Research:WikiGrok/Test2

Test 2: All logged-in users, en.wiki

Pre-test (internal QA-only):

1.25wmf11 train deployed to en.wiki

Wed, 10 Dec 2014 19:00:00 UTC / Wed, 10 Dec 2014 11:00:00 PST

Test began:

Config change SWAT deployment ($wgMFEnableWikiGrok set to true)

Fri, 12 Dec 2014 00:41:00 UTC / Thurs, 11 Dec 2014 16:41:00 PST

Test ends:

Config change SWAT deployment ($wgMFEnableWikiGrok set to false)

Thurs, 18 Dec 2014 00:00:00 UTC / Wed, 17 Dec 2014 16:00:00 PST

Sampling

The test targets all logged-in users on English Wikipedia on mobile devices with screen width less than 768 pixels. At the start of the test, users are randomly assigned to one of two buckets via a token that persists across sessions (clearing the token resets the bucket assignment). The test lasts for 1 week.

Treatments

Users in the pool of eligible participants see one of two versions of WikiGrok widget when landing on articles where WikiGrok is activated. The start and end of the worflow is identical in the two conditions:

a landing screen with a call to action that the user needs to accept in order to proceed to the next step
a form with a WikiGrok question, the design of which depends on the experimental group the user is assigned to
a confirmation screen, displayed after clicking on the submit button and successfully storing a response (including a "Not sure" or NULL response).

The WikiGrok question is the only element in the workflow that varies across conditions and it consists of two updated types of questions:

A binary question for group A
A tagging task with multiple possible values for group B.

Once a user has completed the WikiGrok workflow for a particular article, they will no longer see WikiGrok on that article in the future. The list of articles that they have completed WikiGrok on is stored in LocalStorage.

Claim selection

The total number of eligible pages is between 260,000 and 300,000.

Writer (36444 items)
- Item eligibility: instance of human, occupation writer, not occupation author
- Potential claims: occupation author
Actor (107047 items)
- Item eligibility: instance of human, occupation actor
- Potential claims: occupation television actor, occupation film actor
Album (155231 items)
- Item eligibility: instance of album
- Potential claims: instance of live album, instance of studio album

Data QA

Data quality issues for test 2 are tracked here.

Results

Top Level Statistics

From the 166,888 pages WikiGrok widget could be anabled on, 9173 unique pages had at least one version (a) tested on them. This number is 9013 for version (b). By the end of the test, 6% of these pages had at least one non-null response submitted through them.

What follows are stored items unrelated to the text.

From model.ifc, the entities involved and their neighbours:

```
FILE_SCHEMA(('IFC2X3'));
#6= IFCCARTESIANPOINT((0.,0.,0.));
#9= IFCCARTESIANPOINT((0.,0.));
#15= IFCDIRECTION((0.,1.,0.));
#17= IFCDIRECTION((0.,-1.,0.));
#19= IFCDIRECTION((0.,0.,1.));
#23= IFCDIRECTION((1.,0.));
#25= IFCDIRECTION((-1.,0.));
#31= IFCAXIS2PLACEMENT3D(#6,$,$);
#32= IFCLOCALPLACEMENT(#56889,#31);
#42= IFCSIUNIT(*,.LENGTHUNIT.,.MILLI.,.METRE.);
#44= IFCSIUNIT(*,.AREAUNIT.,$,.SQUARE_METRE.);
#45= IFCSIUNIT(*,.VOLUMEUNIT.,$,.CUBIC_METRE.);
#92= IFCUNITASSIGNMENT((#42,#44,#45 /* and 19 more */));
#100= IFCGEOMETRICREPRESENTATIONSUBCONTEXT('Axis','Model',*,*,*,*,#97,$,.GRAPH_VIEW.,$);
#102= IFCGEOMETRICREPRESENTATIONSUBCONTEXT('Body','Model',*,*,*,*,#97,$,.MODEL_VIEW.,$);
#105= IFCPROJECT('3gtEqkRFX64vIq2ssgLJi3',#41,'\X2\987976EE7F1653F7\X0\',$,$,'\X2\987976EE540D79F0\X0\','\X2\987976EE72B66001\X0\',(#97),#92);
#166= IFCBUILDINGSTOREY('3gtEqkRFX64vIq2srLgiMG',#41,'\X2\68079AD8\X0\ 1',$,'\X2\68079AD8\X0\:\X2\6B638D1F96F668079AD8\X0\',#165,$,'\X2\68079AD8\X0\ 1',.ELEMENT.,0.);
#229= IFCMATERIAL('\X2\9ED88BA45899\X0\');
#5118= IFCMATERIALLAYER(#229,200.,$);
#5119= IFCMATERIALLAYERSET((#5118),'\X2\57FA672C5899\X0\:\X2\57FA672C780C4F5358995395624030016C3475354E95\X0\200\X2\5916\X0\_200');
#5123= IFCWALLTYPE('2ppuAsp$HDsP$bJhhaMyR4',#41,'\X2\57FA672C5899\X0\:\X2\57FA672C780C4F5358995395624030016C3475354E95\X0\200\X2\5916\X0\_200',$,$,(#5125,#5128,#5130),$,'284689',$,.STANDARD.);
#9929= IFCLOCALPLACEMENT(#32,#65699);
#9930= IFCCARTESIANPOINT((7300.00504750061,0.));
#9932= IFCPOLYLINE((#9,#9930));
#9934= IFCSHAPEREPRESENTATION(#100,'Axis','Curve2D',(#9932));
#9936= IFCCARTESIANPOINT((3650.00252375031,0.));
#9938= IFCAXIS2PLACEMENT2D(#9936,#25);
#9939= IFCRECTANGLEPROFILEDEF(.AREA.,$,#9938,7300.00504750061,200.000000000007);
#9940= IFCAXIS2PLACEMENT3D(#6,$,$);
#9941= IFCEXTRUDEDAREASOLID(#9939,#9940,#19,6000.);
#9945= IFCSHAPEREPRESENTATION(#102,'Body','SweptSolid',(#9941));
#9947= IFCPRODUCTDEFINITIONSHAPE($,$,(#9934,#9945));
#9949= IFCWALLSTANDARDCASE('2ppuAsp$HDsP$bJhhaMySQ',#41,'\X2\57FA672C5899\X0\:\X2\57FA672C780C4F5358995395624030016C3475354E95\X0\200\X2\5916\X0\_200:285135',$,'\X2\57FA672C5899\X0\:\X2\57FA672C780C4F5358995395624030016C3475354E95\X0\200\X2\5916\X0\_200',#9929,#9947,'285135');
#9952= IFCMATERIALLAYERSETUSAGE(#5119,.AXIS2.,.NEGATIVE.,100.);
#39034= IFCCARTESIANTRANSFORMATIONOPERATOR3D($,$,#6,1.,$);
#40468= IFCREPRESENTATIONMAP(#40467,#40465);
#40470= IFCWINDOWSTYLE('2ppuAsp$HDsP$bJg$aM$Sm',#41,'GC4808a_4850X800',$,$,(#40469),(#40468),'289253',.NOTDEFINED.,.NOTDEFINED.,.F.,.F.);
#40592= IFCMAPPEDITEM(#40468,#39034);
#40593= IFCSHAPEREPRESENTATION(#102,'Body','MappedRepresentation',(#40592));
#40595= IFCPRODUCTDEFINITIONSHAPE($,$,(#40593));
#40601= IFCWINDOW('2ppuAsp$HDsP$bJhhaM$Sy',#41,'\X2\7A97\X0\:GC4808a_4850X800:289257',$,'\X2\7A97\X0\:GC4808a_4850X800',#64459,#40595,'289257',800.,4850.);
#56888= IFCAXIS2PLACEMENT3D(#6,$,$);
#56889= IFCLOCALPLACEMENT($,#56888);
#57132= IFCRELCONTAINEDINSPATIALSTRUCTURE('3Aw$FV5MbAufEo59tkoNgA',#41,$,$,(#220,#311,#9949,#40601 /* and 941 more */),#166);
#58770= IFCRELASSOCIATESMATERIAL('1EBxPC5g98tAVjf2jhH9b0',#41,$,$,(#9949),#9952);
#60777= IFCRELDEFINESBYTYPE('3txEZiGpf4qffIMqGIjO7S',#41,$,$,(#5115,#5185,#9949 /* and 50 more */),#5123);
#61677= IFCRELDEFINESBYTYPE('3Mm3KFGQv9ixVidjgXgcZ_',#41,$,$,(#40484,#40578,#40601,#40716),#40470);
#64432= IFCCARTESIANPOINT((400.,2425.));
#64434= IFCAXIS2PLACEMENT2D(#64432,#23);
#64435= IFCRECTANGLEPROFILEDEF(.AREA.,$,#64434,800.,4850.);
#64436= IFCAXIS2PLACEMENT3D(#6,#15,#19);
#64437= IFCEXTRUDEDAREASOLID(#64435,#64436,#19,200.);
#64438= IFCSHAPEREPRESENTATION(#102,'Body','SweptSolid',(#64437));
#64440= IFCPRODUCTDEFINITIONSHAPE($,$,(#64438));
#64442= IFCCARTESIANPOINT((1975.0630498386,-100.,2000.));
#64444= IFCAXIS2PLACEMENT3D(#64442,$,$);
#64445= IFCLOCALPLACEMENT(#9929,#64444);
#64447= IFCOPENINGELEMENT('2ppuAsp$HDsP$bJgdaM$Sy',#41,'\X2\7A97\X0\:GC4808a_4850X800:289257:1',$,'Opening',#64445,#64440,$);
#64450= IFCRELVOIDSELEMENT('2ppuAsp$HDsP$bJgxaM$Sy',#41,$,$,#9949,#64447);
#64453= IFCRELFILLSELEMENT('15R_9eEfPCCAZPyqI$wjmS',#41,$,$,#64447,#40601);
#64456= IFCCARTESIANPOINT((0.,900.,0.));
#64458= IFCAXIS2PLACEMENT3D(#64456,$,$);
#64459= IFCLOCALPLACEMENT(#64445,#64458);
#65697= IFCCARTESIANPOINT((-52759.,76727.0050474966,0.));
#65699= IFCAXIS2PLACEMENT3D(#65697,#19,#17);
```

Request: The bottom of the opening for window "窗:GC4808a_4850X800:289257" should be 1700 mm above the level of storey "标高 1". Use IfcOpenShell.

```python
import numpy as np
import ifcopenshell
import ifcopenshell.api.geometry
import ifcopenshell.geom
import ifcopenshell.util.element
import ifcopenshell.util.placement
import ifcopenshell.util.shape
import ifcopenshell.util.unit

model = ifcopenshell.open("model.ifc")
unit_scale = ifcopenshell.util.unit.calculate_unit_scale(model)

window = model.by_guid("2ppuAsp$HDsP$bJhhaM$Sy")
opening = window.FillsVoids[0].RelatingOpeningElement
storey = ifcopenshell.util.element.get_container(window, ifc_class="IfcBuildingStorey")
level = ifcopenshell.util.placement.get_local_placement(storey.ObjectPlacement)[2, 3]

# The opening's origin need not be at the sill, so measure its lowest point.
shape = ifcopenshell.geom.create_shape(ifcopenshell.geom.settings(), opening)
bottom = ifcopenshell.util.shape.get_shape_bottom_elevation(shape, shape.geometry) / unit_scale
dz = level + 1.7 / unit_scale - bottom

shift = np.array([0.0, 0.0, dz])
# The window is placed relative to its opening, so it follows when the opening moves.
matrix = ifcopenshell.util.placement.get_local_placement(opening.ObjectPlacement)
matrix[:3, 3] += shift
ifcopenshell.api.geometry.edit_object_placement(
    model, product=opening, matrix=matrix, is_si=False, should_transform_children=True
)

print(f"moved by {dz * unit_scale:+.3f} m")

model.write("model_updated.ifc")
```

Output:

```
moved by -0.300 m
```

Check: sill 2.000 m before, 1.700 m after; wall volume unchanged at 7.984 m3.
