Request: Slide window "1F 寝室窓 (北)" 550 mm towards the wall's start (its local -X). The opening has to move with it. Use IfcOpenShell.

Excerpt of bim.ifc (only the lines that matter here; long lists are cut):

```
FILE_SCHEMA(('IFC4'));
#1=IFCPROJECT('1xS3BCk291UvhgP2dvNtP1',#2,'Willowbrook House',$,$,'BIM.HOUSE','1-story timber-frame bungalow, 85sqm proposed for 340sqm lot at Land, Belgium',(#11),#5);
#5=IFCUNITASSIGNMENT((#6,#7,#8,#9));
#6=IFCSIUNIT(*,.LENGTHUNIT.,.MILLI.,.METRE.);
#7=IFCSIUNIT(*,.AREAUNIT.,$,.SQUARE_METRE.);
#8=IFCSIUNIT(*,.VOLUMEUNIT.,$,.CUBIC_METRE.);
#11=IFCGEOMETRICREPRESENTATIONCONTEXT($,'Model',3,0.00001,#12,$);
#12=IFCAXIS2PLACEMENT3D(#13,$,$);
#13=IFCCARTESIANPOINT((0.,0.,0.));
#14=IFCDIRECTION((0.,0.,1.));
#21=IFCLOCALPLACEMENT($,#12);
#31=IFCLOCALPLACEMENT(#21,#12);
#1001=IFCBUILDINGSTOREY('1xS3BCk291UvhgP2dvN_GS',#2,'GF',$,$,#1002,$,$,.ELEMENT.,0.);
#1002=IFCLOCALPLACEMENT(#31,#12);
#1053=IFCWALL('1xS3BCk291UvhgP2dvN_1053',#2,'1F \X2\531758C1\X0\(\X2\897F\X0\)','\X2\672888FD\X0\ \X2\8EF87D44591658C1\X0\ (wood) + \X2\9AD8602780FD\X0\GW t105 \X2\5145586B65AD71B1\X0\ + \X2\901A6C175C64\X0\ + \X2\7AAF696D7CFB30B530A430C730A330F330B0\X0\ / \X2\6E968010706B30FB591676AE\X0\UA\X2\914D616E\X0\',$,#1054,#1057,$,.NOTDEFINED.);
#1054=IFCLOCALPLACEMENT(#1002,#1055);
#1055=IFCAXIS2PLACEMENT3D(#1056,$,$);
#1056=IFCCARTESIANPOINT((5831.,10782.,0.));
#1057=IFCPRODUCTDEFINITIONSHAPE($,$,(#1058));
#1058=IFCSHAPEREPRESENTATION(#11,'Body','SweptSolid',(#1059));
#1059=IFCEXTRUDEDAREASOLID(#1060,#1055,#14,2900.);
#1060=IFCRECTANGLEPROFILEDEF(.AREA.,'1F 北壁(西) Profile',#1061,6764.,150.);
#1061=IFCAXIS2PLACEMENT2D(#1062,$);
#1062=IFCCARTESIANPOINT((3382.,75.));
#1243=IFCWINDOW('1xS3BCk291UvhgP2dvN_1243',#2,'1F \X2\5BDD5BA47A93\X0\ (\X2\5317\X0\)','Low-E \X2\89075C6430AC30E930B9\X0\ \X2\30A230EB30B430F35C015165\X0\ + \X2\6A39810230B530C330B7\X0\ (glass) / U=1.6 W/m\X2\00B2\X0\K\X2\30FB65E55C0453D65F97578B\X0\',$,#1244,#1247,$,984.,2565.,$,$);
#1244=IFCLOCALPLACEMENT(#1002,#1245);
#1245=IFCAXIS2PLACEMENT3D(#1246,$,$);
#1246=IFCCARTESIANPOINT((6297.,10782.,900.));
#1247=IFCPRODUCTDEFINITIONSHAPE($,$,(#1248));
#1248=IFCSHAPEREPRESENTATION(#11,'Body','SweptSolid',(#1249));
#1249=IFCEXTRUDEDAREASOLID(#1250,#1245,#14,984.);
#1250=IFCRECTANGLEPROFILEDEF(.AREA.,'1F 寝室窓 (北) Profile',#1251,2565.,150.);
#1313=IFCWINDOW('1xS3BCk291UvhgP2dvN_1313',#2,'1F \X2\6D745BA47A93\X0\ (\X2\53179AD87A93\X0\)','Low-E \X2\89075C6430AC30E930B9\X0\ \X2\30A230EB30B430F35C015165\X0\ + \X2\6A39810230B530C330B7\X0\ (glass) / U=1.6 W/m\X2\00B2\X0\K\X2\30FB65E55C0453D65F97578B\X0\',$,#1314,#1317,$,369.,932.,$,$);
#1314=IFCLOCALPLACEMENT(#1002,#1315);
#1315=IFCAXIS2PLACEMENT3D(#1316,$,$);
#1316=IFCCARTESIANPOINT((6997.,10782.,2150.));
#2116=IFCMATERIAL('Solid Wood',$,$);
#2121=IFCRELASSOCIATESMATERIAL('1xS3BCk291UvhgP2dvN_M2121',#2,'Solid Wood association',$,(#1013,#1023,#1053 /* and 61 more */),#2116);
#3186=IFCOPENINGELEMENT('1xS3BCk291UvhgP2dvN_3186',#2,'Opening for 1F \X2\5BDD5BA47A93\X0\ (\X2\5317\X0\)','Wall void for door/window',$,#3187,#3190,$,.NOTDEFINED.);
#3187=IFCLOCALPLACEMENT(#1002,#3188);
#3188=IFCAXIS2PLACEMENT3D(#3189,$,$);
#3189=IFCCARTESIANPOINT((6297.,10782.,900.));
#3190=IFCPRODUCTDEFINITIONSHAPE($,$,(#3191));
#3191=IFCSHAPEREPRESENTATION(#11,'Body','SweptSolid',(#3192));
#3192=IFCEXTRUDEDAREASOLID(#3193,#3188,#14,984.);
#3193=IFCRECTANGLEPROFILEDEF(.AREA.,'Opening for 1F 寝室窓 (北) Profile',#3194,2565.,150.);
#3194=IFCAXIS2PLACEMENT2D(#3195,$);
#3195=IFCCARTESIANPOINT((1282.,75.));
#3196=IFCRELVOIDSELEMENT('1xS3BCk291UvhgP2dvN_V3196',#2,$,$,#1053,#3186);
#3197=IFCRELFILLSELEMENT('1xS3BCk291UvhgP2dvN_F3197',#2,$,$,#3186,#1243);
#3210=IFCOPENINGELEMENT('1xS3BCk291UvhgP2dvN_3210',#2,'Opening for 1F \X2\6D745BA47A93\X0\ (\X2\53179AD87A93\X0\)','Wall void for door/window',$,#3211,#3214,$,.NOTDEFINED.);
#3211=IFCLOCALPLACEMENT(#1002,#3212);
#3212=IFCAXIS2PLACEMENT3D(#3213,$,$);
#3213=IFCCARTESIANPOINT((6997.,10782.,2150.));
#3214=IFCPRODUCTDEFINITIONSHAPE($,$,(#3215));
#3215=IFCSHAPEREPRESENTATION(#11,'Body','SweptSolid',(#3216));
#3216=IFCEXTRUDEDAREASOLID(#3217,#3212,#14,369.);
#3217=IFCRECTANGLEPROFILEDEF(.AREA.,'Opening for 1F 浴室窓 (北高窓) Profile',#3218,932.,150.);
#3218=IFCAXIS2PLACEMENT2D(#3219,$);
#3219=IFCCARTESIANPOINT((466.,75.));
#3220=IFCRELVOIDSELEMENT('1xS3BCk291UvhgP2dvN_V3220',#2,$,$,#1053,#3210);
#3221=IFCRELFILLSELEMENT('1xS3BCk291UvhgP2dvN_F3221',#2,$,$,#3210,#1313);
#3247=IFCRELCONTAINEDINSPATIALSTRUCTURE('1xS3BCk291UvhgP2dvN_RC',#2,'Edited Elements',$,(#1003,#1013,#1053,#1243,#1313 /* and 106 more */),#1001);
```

```python
import ifcopenshell
import ifcopenshell.api.geometry
import ifcopenshell.util.placement

model = ifcopenshell.open("bim.ifc")

window = model.by_guid("1xS3BCk291UvhgP2dvN_1243")
opening = window.FillsVoids[0].RelatingOpeningElement
wall = opening.VoidsElements[0].RelatingBuildingElement

wall_matrix = ifcopenshell.util.placement.get_local_placement(wall.ObjectPlacement)
shift = wall_matrix[:3, 0] * -550.0
before = ifcopenshell.util.placement.get_local_placement(window.ObjectPlacement)[:3, 3].copy()

# The window is not placed relative to its opening, so move both.
for product in (opening, window):
    matrix = ifcopenshell.util.placement.get_local_placement(product.ObjectPlacement)
    matrix[:3, 3] += shift
    ifcopenshell.api.geometry.edit_object_placement(model, product=product, matrix=matrix, is_si=False)

after = ifcopenshell.util.placement.get_local_placement(window.ObjectPlacement)[:3, 3]
print("window moved by", (after - before).round(3) + 0.0)

model.write("bim_v2.ifc")
```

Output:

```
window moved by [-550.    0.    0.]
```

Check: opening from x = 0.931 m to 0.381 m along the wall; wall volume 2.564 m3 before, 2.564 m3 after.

The top level session statistics are as follow:

sessions with ...	version (a)	version (b)
page impression	22,693	21,622
widget impression	11,239	11,145
response	573	570
non-null responses	573
no-thanks	1679	1418
click-accept	732	697
success impression	646	598

The Funnel

The following two graphs show the funnel for version (a) and version (b) tests. Each node of the graph is labeled by the corresponding widget name in MobileWebWikiGrok schema. The numbers in parantheses show the number of times the widget is used, and the numbers on the connecting arcs show the probability of transitioning from a a widget to the next.

Version (a) funnel

Version (b) funnel.

Observations

In both versions (a) and (b), page impression does not result in widget impression ~50% of the time. These are from page impressions that do not scroll down in the page enough to see the widget impression. Further experiments with the location of WikiGrok widget in the page can help in identifying the optimal location for the gadget.
In both versions (a) and (b), no interaction is done by the user with WikiGrok widget ~80% of the time the widget is shown. This number is huge and we need to understand why this happens. Is this because the users do not see the widget (UX improvements)? Is this because editors do not find WikiGrok questions interesting? etc. We will carefully monitor this number in the reader experiment.
The users are 2.5 times more likely to choose no-thanks than accepting WikiGrok widget. Whether this number is high or low depends on the traffic each widget receives as well as the desired accuracy of responses. We will keep an eye on this number as we release the feature to readers.
A response is submitted ~90% of the times when WikiGrok widget is accepted. Ideally, we want to push for 100% response submission rate given that the questions are short.

Quality and Predictability of Responses

The Ground truth for the questions asked by WikiGrok is not known unless handcoded manually. However, we can use entropy to measure the predictability of responses.